Komori has also had a busy 2020/2021, despite the difficulties of the pandemic. “We are proud to say that our sales goals of presses for this year have exceeded our plan. We have seen success in both the printing and the packaging space, telling us the market is continuing to change its capabilities to tackle future needs,” says Martin.
The company successfully completed the purchase of MBO, which grew its footprint in the industry, finding synergies with printing and finishing on many fronts.
Komori also forged growth within the the packaging space. “This is a high growth area where Komori technology can provide long-lasting solutions. We are excited to have the opportunity to present a great customer success story at the Digital Packaging Summit in November, showing how our Impremia IS29 sheetfed inkjet digital printing system is able to provide unique opportunities in folding carton production for packaging.”
Martin notes the company is happy to see the Impremia NS40 40-inch sheetfed inkjet Nanographic printing system placed into a production environment in Asia. “Having a B1-size inkjet offering for the printing and packaging markets is very exciting.”
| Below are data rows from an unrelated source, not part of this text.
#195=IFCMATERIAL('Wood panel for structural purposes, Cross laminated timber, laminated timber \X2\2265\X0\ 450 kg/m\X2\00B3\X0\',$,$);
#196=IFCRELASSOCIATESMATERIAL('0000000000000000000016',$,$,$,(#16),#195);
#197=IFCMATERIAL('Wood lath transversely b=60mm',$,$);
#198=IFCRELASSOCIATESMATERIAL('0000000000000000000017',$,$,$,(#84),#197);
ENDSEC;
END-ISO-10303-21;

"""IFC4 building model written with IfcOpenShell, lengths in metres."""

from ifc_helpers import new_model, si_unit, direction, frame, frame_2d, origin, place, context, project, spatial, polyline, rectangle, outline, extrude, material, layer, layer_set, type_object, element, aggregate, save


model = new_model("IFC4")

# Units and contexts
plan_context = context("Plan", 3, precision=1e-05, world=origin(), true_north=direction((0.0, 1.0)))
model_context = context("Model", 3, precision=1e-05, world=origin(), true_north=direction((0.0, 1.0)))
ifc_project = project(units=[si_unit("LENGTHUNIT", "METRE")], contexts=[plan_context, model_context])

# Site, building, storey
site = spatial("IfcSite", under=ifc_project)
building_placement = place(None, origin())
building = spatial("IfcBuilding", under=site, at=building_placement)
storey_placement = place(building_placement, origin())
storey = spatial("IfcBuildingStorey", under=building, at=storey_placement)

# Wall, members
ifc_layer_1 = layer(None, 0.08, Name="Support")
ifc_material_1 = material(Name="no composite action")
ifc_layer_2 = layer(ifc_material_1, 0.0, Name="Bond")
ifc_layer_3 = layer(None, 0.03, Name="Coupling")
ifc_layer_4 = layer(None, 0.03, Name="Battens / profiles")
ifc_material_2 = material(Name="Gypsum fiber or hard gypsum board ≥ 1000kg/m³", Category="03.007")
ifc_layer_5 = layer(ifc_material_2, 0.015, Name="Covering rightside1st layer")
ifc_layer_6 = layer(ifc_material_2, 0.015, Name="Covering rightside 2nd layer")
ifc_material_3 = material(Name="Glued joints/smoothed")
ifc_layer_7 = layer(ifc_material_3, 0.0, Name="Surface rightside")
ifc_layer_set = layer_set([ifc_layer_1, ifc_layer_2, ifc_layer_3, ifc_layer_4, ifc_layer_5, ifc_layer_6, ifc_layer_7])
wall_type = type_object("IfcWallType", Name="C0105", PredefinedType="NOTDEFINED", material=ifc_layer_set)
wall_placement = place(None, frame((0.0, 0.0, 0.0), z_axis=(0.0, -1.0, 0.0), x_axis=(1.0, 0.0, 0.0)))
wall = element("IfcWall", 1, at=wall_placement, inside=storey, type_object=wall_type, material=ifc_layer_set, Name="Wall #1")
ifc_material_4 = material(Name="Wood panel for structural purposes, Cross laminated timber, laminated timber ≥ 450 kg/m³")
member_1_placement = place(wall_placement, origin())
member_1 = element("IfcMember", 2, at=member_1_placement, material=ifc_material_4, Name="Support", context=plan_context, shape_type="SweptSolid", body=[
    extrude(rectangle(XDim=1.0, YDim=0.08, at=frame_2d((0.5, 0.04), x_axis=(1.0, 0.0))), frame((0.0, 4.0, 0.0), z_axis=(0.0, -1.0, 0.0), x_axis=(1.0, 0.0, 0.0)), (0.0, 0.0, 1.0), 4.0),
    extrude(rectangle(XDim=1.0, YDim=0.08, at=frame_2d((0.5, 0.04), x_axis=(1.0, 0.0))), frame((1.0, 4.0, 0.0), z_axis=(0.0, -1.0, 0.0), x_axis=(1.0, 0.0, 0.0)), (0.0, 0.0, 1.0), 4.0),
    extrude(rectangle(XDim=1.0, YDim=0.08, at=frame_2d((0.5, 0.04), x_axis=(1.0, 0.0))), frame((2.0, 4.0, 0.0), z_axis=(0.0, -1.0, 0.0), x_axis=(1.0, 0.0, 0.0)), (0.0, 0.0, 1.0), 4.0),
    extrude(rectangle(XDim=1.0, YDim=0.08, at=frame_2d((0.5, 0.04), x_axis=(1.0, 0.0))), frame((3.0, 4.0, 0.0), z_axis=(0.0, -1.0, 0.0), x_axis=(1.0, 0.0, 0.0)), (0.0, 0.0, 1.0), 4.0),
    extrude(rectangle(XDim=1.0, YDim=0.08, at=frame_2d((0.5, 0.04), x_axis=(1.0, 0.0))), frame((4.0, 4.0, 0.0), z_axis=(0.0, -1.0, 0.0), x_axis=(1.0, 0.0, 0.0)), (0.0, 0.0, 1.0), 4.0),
Scodix rolled out its new Ultra 6000 B1 digital enhancement press in 2021, which Mark Nixon, VP, global sales and marketing, Scodix, believes is the company’s greatest accomplishment of the year. It also introduced PolySense 550 polymer certification for food packaging, and launched a successful IPO.
For Solimar Systems, Rowan says the biggest accomplishments in 2021 are the enduring relationships and understanding we have with our customer base, Customer Advisory Council members, and its partners around the globe. “Through these strong connections, we have been able to deliver impactful solutions that are positively impacting our customers’ and partners’ businesses. We are proud to be able to share these stories through the relationships we build and the case studies they agree to share publicly.”
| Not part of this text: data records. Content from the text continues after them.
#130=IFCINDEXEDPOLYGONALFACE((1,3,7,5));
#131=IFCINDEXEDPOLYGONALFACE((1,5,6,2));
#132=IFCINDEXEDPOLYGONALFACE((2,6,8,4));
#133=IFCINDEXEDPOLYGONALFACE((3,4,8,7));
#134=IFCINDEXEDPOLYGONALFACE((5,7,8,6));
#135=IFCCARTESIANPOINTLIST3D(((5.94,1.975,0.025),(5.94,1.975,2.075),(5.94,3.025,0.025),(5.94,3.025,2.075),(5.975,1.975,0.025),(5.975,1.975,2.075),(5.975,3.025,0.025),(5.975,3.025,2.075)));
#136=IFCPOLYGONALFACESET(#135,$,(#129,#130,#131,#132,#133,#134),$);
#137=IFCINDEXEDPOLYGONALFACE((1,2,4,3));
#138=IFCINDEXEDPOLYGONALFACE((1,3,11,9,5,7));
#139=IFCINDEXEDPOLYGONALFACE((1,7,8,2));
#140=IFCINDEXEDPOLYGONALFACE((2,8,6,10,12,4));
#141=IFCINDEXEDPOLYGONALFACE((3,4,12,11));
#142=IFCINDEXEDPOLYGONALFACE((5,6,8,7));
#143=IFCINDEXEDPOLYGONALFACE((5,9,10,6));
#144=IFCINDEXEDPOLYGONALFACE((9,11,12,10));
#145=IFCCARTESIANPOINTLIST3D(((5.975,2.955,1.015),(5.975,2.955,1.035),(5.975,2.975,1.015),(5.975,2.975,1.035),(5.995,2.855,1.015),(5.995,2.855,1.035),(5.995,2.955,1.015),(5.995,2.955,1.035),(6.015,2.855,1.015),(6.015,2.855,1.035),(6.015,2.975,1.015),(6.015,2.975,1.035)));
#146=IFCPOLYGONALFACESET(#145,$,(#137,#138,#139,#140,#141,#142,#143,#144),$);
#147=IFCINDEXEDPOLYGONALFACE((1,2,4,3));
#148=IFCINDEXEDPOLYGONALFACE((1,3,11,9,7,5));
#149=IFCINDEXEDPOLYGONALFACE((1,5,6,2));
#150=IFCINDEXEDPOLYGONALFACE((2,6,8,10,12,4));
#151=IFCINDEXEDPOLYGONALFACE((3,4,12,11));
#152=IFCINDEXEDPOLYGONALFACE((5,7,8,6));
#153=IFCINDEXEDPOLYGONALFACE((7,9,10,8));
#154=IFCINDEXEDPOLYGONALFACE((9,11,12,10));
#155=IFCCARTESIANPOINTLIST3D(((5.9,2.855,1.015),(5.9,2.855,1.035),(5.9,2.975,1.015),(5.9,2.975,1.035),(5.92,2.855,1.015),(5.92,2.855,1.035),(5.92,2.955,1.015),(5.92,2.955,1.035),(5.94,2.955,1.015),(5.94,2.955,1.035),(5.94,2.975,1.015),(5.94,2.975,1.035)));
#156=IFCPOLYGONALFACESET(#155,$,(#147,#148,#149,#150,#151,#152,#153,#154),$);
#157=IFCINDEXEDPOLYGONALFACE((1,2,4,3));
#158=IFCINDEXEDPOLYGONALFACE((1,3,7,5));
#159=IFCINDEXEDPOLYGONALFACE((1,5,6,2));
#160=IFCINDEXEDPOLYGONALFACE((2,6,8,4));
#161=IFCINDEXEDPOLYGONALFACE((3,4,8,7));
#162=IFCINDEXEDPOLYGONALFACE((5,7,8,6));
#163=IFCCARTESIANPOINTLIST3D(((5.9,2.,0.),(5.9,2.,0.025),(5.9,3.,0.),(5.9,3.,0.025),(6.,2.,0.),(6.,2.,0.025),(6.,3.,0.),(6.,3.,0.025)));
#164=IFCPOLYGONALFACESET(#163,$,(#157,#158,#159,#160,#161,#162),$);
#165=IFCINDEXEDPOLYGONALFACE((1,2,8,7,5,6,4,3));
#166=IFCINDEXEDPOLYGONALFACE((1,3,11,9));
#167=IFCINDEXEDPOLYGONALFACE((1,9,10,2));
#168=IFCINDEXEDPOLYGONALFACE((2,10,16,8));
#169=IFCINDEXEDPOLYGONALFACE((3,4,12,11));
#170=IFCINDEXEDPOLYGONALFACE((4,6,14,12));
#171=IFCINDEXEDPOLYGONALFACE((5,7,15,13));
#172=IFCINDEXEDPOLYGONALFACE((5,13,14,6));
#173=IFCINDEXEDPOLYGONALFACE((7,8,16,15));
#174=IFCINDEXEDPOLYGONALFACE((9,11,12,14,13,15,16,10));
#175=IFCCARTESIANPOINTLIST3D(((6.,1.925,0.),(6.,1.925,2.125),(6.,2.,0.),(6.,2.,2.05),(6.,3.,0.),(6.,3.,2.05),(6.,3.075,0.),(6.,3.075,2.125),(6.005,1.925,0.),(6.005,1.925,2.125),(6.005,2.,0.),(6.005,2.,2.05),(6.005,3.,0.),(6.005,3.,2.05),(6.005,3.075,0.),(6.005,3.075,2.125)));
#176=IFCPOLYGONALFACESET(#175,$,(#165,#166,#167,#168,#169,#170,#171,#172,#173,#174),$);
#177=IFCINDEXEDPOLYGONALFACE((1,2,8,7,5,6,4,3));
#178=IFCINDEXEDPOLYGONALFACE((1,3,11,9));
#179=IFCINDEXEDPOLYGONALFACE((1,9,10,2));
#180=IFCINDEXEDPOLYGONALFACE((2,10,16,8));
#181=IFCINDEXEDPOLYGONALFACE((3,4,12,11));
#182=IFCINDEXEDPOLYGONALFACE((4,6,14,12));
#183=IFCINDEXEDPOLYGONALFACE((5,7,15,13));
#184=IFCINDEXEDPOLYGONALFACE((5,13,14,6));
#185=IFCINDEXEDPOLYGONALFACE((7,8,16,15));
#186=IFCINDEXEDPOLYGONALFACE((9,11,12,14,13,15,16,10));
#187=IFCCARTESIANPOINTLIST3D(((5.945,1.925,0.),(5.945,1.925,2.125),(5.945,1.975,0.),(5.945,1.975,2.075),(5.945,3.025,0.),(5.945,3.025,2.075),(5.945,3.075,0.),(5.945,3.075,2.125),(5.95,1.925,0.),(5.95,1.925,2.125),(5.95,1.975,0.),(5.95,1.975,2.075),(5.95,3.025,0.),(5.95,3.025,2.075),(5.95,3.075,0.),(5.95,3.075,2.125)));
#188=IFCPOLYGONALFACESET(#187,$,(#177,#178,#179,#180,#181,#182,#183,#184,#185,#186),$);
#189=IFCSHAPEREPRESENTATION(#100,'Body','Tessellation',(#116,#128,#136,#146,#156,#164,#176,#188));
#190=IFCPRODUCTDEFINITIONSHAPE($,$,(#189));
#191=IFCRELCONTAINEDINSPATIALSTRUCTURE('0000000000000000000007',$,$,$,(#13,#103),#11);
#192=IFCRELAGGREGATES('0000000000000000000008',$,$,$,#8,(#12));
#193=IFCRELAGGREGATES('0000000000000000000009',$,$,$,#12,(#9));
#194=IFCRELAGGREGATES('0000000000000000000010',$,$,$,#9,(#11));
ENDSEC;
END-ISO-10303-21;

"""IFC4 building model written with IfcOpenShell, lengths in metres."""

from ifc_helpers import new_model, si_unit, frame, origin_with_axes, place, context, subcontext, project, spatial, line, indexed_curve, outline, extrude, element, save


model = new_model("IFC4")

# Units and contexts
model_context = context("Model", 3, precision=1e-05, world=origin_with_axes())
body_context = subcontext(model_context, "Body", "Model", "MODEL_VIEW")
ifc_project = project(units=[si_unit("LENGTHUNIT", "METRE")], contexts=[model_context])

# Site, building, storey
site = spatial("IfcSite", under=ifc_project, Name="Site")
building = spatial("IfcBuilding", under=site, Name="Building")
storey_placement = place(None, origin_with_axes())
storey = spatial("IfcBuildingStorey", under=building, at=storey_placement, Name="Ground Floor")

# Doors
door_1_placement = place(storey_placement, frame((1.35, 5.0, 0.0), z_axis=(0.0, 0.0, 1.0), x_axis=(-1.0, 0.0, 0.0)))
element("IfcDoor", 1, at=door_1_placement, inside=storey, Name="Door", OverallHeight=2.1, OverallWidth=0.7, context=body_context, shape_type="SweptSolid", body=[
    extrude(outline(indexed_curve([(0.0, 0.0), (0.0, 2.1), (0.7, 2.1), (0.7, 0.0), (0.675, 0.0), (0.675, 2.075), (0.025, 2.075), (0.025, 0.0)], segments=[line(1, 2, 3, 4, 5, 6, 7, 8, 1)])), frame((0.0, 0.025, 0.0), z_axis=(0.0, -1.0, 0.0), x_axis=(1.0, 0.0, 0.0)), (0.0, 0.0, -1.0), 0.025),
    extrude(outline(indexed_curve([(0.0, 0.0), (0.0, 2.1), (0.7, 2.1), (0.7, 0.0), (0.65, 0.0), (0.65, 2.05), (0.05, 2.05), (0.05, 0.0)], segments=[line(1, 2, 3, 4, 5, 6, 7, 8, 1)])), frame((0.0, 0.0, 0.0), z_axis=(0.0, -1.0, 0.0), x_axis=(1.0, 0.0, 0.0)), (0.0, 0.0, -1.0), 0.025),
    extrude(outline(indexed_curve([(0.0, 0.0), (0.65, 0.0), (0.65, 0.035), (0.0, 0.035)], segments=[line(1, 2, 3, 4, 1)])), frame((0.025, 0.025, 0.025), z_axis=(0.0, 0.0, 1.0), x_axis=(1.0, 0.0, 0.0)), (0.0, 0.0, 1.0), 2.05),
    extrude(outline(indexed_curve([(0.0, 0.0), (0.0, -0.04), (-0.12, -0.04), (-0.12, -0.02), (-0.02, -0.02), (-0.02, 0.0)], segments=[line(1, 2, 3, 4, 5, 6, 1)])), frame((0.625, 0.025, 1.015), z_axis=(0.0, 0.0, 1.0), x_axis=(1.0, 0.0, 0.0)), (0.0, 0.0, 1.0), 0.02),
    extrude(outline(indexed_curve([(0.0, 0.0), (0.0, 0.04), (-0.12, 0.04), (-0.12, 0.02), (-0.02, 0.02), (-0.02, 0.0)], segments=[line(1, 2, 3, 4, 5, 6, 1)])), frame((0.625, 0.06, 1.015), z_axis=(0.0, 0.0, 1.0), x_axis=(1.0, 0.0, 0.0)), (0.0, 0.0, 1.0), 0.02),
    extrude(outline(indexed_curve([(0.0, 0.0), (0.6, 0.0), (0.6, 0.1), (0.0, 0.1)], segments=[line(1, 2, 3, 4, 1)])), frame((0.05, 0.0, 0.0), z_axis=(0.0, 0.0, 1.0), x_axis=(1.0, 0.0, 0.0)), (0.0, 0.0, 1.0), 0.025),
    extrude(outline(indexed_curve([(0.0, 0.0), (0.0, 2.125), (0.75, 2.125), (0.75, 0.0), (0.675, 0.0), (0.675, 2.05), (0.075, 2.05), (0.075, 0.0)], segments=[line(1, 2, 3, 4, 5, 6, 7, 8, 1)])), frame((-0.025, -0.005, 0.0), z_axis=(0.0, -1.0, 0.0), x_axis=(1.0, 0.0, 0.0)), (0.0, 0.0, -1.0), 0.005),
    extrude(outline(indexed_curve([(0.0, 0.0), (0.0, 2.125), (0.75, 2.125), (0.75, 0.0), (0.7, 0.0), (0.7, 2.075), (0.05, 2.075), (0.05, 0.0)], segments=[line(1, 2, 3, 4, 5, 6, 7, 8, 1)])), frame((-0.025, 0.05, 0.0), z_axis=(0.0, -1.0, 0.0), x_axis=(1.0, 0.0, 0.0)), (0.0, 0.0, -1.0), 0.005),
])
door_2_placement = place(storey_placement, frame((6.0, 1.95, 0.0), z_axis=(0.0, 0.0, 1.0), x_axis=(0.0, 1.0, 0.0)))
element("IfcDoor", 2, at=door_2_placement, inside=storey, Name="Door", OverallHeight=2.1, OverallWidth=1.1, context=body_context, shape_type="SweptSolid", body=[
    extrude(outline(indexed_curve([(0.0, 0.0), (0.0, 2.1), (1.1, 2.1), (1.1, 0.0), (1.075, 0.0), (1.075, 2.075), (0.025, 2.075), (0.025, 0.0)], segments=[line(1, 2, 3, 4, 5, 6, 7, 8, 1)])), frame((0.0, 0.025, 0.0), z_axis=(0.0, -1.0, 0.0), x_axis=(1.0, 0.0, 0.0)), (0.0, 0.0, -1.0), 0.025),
“Looking back and seeing what we have achieved is a proud moment,” shares Danny Mertens, corporate communications manager, Xeikon. The company continued its development plans with several new and next-generation product launches for different target markets. For example, in March it launched a new Virtual Innovation Center for Wall Decoration and later in the year celebrated the opening of its new warehouse and logistics facilities in Shanghai along with the appointment of a new GM for Greater China. It appointed new dealerships in South America, Greece, and Cyprus.
With 2021 in the rearview mirror, print providers are looking ahead. While the industry is expected to continue managing with fewer skilled employees and a rocky supply chain situation, it is time to invest in new technologies and take lessons learned from a difficult time and leverage them for future success.
“The importance of print on paper is as relevant as ever. At the start of COVID-19, things were quick to switch to digital only. We went to one extreme and people started to tire of it quickly. Most of us were both working and living at home, so getting a break from the digital realm was hard to do. This really helped to reiterate that paper and print provide that mental break that consumers need,” concludes Collins.